In the entries below, the lines from the one with "#171=IFCINDEXEDPOLYGONALFACE((117,151,147));" through the one with "#186=IFCINDEXEDPOLYGONALFACE((124,153,158));" are to be copied exactly; both ends count.

-- DATASET ENTRIES follows --

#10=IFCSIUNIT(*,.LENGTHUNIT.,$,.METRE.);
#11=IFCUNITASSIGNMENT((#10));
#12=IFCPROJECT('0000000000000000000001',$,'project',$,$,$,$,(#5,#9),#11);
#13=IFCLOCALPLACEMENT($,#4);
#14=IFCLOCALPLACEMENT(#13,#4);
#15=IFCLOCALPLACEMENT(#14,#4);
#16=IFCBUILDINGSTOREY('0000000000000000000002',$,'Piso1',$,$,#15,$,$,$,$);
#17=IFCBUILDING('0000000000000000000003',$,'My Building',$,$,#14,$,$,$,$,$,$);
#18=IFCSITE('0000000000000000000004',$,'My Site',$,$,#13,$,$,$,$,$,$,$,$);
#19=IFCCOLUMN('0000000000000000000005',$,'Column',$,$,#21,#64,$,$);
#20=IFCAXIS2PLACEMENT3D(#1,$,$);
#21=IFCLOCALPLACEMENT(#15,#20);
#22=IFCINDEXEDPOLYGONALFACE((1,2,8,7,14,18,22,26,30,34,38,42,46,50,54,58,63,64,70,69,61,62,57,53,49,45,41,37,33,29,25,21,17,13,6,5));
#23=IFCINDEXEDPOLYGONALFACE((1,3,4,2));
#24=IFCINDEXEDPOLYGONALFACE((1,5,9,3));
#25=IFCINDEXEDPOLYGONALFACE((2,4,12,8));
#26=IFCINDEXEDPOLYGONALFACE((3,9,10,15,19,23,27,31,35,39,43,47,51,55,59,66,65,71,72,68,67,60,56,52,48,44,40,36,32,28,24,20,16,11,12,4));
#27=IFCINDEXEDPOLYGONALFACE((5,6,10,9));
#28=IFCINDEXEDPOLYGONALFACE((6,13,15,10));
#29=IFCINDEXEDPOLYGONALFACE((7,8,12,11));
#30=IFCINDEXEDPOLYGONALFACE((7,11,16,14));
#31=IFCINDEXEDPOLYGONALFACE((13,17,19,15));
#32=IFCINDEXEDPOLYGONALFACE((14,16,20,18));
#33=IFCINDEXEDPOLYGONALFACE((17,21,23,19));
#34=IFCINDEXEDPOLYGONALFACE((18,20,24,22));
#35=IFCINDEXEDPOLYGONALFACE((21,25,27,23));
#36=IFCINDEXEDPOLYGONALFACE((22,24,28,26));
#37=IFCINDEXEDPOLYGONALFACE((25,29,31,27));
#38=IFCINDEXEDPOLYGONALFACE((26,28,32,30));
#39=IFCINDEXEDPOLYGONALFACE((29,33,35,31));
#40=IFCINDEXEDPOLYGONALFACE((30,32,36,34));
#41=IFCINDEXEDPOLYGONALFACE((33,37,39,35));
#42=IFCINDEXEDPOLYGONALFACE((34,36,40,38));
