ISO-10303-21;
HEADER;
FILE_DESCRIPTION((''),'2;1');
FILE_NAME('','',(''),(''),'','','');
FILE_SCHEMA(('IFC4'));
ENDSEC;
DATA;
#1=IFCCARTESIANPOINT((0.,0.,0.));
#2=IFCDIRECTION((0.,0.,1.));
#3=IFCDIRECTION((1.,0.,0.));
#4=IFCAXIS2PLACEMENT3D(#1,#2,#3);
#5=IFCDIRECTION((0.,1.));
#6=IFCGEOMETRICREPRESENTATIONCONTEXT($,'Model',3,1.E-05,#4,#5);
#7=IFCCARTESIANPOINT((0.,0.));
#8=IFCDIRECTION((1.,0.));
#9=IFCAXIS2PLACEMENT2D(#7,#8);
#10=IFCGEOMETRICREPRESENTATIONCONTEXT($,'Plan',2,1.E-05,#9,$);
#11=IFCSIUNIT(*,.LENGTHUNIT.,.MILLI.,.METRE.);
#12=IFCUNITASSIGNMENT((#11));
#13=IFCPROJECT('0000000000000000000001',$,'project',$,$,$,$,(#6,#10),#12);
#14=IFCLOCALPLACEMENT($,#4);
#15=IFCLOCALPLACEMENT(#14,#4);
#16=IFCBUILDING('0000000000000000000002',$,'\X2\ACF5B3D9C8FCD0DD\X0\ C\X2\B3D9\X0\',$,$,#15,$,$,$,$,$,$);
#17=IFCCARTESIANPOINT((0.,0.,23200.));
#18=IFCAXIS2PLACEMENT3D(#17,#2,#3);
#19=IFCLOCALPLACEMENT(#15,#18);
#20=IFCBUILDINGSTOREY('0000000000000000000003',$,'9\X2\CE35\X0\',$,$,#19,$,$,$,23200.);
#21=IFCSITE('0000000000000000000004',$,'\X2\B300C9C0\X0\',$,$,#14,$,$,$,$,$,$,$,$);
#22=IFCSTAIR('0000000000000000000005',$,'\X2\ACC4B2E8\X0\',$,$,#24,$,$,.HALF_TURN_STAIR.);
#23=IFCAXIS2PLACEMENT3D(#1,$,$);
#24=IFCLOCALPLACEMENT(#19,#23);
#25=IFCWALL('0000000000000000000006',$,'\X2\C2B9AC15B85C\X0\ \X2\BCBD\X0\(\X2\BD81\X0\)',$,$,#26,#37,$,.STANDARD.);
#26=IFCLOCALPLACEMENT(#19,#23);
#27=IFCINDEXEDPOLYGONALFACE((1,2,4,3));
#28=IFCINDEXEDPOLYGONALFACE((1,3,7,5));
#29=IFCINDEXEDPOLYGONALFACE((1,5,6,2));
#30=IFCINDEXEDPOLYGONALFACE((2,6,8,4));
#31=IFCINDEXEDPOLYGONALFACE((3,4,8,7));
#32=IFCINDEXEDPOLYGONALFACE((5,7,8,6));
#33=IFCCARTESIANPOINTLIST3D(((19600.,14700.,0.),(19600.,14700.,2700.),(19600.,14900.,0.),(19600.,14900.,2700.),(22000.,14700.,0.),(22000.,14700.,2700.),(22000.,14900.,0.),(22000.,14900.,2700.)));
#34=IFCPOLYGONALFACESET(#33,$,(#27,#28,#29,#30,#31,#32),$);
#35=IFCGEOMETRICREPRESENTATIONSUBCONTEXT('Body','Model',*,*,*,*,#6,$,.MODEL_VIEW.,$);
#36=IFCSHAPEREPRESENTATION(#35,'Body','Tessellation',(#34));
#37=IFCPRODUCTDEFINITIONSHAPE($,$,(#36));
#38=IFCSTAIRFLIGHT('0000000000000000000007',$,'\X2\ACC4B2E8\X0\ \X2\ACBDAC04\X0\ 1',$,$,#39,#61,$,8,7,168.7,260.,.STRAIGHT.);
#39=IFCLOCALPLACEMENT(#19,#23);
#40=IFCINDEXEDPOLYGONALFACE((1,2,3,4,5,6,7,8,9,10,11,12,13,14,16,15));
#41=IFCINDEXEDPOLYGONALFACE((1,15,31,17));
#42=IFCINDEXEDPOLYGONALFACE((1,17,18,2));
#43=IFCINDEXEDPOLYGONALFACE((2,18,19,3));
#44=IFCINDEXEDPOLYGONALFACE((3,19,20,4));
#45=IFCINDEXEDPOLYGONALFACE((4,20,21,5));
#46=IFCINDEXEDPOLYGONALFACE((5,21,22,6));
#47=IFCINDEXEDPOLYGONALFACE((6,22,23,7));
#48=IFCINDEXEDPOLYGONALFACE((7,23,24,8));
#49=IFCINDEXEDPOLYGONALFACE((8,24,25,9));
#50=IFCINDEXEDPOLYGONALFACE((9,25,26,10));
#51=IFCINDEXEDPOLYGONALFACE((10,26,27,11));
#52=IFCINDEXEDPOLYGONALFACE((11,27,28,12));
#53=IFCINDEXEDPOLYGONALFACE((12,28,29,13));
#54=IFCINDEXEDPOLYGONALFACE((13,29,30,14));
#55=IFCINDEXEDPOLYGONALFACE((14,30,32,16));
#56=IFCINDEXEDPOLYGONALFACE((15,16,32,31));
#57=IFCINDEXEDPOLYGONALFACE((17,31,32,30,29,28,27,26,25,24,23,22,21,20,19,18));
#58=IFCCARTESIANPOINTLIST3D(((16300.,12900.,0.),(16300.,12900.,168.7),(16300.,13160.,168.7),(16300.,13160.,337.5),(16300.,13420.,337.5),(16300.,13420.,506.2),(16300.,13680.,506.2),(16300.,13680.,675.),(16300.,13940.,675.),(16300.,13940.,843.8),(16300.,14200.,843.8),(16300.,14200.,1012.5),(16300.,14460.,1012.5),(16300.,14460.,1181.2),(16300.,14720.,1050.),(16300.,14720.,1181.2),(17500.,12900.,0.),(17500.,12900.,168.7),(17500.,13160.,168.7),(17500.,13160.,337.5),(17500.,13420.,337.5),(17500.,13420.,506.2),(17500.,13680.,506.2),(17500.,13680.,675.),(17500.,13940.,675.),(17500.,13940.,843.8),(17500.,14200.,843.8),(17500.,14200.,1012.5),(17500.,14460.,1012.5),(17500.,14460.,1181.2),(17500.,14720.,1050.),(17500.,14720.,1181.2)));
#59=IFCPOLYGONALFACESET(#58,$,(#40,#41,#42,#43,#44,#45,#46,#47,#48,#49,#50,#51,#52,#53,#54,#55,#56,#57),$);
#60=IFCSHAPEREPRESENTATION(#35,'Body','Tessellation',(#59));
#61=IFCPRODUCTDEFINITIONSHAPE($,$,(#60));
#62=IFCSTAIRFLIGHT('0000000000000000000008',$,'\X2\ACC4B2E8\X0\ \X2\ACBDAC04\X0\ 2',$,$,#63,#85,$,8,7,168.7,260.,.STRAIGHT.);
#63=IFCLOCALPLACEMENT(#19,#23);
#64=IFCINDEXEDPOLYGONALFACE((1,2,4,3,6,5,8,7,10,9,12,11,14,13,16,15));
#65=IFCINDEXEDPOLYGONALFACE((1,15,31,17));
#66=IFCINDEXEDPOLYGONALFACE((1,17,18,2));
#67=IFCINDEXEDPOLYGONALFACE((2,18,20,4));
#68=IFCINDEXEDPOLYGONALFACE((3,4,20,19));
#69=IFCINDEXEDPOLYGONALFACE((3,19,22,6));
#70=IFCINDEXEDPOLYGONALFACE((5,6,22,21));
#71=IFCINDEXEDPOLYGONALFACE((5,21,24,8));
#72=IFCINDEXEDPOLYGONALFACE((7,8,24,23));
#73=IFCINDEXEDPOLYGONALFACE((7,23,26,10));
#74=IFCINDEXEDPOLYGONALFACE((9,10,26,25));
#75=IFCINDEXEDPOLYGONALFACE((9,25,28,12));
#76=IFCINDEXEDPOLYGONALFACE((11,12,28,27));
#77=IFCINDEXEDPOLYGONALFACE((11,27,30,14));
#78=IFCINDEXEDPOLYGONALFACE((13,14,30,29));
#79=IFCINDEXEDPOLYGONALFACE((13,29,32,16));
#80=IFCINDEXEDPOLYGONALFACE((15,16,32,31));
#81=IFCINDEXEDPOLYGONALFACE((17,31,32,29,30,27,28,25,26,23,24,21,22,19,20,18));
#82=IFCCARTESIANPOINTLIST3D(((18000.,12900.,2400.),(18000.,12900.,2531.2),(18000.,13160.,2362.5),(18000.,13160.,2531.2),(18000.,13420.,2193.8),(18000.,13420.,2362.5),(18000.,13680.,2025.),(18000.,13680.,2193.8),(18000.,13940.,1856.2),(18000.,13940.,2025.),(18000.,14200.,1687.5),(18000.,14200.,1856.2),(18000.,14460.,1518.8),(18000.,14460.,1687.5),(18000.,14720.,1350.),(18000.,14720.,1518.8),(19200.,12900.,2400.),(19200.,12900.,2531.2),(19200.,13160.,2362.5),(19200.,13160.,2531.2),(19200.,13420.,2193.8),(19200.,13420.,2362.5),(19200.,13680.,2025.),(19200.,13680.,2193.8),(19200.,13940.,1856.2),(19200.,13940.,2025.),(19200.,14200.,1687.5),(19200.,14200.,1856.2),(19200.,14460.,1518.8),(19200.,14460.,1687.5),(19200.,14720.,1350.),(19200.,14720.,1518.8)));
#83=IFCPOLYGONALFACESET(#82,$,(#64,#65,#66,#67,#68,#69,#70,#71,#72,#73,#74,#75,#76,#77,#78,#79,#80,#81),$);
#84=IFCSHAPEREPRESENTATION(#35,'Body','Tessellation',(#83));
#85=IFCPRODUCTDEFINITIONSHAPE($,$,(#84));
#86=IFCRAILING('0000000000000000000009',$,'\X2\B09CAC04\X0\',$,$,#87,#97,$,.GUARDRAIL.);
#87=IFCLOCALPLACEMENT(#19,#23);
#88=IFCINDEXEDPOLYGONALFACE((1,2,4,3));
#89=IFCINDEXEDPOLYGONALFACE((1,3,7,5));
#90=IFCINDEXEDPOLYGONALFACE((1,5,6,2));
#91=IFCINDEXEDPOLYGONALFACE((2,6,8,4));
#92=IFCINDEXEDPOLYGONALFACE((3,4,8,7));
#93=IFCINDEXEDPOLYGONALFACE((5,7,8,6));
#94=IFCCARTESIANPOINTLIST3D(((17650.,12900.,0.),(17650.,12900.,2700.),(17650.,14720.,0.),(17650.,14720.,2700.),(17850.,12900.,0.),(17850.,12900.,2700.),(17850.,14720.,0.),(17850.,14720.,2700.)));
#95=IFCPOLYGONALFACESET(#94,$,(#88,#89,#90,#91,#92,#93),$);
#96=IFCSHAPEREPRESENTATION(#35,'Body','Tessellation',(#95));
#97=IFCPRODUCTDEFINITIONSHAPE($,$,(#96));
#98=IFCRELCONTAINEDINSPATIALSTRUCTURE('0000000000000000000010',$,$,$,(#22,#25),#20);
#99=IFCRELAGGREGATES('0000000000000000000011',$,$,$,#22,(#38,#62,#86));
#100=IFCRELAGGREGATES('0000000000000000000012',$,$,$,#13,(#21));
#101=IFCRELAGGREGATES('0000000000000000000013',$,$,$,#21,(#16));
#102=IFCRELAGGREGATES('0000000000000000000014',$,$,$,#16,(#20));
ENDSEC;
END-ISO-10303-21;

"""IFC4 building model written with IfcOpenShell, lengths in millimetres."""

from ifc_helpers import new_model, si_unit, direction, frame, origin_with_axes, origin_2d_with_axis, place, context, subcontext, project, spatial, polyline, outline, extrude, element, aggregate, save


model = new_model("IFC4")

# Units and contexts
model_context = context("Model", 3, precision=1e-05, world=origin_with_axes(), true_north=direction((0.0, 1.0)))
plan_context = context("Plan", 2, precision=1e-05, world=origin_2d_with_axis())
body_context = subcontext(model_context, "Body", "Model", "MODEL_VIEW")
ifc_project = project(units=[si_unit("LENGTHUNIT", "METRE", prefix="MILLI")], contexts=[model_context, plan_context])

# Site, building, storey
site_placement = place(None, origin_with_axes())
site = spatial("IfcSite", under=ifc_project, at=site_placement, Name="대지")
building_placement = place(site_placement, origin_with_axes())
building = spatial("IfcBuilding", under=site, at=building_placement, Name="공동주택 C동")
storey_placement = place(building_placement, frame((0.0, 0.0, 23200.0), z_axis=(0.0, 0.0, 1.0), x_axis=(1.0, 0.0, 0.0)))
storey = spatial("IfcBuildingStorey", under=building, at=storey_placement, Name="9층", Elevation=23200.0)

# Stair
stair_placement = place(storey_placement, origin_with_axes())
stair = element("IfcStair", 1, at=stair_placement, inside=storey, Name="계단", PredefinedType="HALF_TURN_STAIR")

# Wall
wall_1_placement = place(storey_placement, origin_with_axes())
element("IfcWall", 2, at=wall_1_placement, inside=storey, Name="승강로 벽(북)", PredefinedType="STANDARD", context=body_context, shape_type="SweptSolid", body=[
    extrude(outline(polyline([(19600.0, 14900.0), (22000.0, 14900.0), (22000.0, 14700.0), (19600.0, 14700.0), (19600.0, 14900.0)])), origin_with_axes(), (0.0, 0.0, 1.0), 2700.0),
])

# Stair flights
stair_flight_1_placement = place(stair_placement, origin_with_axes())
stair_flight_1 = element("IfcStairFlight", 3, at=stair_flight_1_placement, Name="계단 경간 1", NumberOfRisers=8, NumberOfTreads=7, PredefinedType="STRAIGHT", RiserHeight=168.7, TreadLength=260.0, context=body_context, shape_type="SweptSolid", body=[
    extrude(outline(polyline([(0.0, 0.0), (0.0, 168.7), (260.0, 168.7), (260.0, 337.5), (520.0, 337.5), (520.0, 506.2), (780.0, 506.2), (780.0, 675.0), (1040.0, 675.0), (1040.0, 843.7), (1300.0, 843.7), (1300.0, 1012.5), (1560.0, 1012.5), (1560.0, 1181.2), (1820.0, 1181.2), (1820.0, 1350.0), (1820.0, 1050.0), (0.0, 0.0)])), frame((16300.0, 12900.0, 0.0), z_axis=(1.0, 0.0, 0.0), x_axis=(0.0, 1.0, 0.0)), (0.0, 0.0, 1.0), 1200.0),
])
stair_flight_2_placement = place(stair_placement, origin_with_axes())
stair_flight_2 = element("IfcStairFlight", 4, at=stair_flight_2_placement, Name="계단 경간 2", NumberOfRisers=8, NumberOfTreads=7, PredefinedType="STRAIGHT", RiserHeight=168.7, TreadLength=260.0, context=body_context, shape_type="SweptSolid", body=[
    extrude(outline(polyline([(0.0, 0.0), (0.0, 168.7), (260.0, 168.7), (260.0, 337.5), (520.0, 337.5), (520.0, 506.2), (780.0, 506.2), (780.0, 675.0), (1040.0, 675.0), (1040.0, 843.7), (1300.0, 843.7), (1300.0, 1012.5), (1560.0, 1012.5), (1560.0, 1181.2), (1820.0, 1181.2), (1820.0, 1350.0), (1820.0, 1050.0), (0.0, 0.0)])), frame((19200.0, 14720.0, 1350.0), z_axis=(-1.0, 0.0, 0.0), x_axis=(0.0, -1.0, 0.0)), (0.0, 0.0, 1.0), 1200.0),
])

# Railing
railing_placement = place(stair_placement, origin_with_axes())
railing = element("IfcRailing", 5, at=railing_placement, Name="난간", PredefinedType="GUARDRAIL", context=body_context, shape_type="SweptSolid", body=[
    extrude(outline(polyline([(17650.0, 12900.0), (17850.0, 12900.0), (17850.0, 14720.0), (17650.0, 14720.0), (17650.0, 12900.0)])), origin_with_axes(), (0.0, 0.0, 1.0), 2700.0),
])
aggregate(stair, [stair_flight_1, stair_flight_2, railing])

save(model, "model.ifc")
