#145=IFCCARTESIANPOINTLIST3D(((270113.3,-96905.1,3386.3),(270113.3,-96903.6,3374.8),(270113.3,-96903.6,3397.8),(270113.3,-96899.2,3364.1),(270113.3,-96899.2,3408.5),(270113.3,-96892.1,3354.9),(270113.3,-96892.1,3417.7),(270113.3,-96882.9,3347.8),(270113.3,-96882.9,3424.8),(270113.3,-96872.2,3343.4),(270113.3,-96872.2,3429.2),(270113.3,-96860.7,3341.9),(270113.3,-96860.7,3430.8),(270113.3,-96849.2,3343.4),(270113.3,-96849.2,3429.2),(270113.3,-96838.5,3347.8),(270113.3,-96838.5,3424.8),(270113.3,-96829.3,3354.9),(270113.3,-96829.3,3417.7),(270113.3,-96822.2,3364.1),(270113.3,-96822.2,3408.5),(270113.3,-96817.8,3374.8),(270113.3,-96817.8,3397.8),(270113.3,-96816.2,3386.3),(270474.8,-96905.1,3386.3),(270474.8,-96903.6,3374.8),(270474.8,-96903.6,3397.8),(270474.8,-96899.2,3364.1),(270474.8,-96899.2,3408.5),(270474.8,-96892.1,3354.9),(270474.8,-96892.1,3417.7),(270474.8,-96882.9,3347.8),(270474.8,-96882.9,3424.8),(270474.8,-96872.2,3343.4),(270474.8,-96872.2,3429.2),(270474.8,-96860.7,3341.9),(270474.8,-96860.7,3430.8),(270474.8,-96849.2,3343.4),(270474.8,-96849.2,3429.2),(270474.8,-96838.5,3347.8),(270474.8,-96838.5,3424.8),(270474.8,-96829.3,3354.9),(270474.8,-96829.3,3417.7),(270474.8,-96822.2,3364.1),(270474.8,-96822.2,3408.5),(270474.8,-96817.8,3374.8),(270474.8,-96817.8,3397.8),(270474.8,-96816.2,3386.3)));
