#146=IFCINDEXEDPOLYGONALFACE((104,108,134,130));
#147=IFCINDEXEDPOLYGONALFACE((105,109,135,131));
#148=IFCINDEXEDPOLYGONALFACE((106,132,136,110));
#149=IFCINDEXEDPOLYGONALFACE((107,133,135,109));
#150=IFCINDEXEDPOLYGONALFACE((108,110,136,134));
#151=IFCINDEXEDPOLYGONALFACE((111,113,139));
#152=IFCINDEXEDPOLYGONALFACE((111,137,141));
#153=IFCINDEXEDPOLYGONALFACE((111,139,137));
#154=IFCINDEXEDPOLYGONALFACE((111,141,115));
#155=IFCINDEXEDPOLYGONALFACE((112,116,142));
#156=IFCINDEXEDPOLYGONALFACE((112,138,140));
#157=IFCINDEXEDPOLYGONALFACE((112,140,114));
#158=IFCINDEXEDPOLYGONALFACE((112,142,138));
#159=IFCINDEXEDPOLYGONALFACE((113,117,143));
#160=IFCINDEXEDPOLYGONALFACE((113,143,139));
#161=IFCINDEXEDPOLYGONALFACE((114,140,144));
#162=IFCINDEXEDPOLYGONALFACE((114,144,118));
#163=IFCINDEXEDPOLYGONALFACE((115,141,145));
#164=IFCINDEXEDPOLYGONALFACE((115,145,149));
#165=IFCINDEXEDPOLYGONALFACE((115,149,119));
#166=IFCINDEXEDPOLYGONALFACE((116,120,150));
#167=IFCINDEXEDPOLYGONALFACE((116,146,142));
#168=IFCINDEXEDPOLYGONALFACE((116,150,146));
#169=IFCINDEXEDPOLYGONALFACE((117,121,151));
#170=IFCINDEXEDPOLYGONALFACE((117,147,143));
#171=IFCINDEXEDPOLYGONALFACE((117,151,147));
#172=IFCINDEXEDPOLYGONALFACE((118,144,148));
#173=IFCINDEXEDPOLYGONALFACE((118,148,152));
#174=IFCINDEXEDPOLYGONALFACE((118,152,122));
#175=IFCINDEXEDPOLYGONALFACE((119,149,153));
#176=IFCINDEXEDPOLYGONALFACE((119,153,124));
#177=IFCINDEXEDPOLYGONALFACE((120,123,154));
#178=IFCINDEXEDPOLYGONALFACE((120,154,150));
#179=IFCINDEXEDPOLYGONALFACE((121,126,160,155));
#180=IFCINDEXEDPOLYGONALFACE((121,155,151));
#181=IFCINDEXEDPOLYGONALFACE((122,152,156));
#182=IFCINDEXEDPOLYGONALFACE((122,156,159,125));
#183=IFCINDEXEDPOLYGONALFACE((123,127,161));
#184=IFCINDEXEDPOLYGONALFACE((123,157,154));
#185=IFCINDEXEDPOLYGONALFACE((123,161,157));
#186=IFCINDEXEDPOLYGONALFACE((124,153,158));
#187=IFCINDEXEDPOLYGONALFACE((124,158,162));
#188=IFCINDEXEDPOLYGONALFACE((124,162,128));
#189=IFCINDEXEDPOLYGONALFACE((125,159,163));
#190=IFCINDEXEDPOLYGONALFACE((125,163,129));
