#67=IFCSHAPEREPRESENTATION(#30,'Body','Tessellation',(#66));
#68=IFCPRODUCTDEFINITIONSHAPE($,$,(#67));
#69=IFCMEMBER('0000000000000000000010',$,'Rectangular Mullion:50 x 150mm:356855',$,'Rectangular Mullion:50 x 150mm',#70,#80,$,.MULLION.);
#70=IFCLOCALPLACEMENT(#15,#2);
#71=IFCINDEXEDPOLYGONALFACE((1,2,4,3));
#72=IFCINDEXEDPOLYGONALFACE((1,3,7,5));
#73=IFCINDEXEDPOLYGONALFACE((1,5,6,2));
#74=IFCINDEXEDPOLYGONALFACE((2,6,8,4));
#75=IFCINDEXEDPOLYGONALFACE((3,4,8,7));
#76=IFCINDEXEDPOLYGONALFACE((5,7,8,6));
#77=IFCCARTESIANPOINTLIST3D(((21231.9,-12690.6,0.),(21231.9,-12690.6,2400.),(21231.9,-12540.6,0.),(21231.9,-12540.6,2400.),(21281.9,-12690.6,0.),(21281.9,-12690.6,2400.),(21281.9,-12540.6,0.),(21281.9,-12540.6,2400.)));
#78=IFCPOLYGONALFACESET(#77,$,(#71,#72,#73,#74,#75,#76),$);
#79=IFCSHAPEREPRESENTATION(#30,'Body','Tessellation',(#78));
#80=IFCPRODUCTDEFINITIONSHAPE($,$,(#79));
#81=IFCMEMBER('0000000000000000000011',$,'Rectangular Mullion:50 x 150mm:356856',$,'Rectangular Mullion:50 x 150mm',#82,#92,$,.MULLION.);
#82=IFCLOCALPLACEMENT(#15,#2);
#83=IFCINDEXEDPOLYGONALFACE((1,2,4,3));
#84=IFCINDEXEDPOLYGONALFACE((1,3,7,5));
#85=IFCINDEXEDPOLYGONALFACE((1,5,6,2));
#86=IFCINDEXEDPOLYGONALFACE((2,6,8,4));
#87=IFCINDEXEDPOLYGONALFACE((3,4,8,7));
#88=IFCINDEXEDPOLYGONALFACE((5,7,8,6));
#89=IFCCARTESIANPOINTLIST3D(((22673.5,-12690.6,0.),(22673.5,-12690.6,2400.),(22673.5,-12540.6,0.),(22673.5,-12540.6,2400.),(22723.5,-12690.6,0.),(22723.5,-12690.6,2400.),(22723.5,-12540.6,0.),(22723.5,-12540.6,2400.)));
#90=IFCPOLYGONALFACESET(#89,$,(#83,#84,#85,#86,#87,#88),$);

-- DATASET ENTRIES concluded --

• **SOLUTION FOR THIS EXERCISE**
#171=IFCINDEXEDPOLYGONALFACE((117,151,147));
#172=IFCINDEXEDPOLYGONALFACE((118,144,148));
#173=IFCINDEXEDPOLYGONALFACE((118,148,152));
#174=IFCINDEXEDPOLYGONALFACE((118,152,122));
#175=IFCINDEXEDPOLYGONALFACE((119,149,153));
#176=IFCINDEXEDPOLYGONALFACE((119,153,124));
#177=IFCINDEXEDPOLYGONALFACE((120,123,154));
#178=IFCINDEXEDPOLYGONALFACE((120,154,150));
#179=IFCINDEXEDPOLYGONALFACE((121,126,160,155));
#180=IFCINDEXEDPOLYGONALFACE((121,155,151));
#181=IFCINDEXEDPOLYGONALFACE((122,152,156));
#182=IFCINDEXEDPOLYGONALFACE((122,156,159,125));
#183=IFCINDEXEDPOLYGONALFACE((123,127,161));
#184=IFCINDEXEDPOLYGONALFACE((123,157,154));
#185=IFCINDEXEDPOLYGONALFACE((123,161,157));
#186=IFCINDEXEDPOLYGONALFACE((124,153,158));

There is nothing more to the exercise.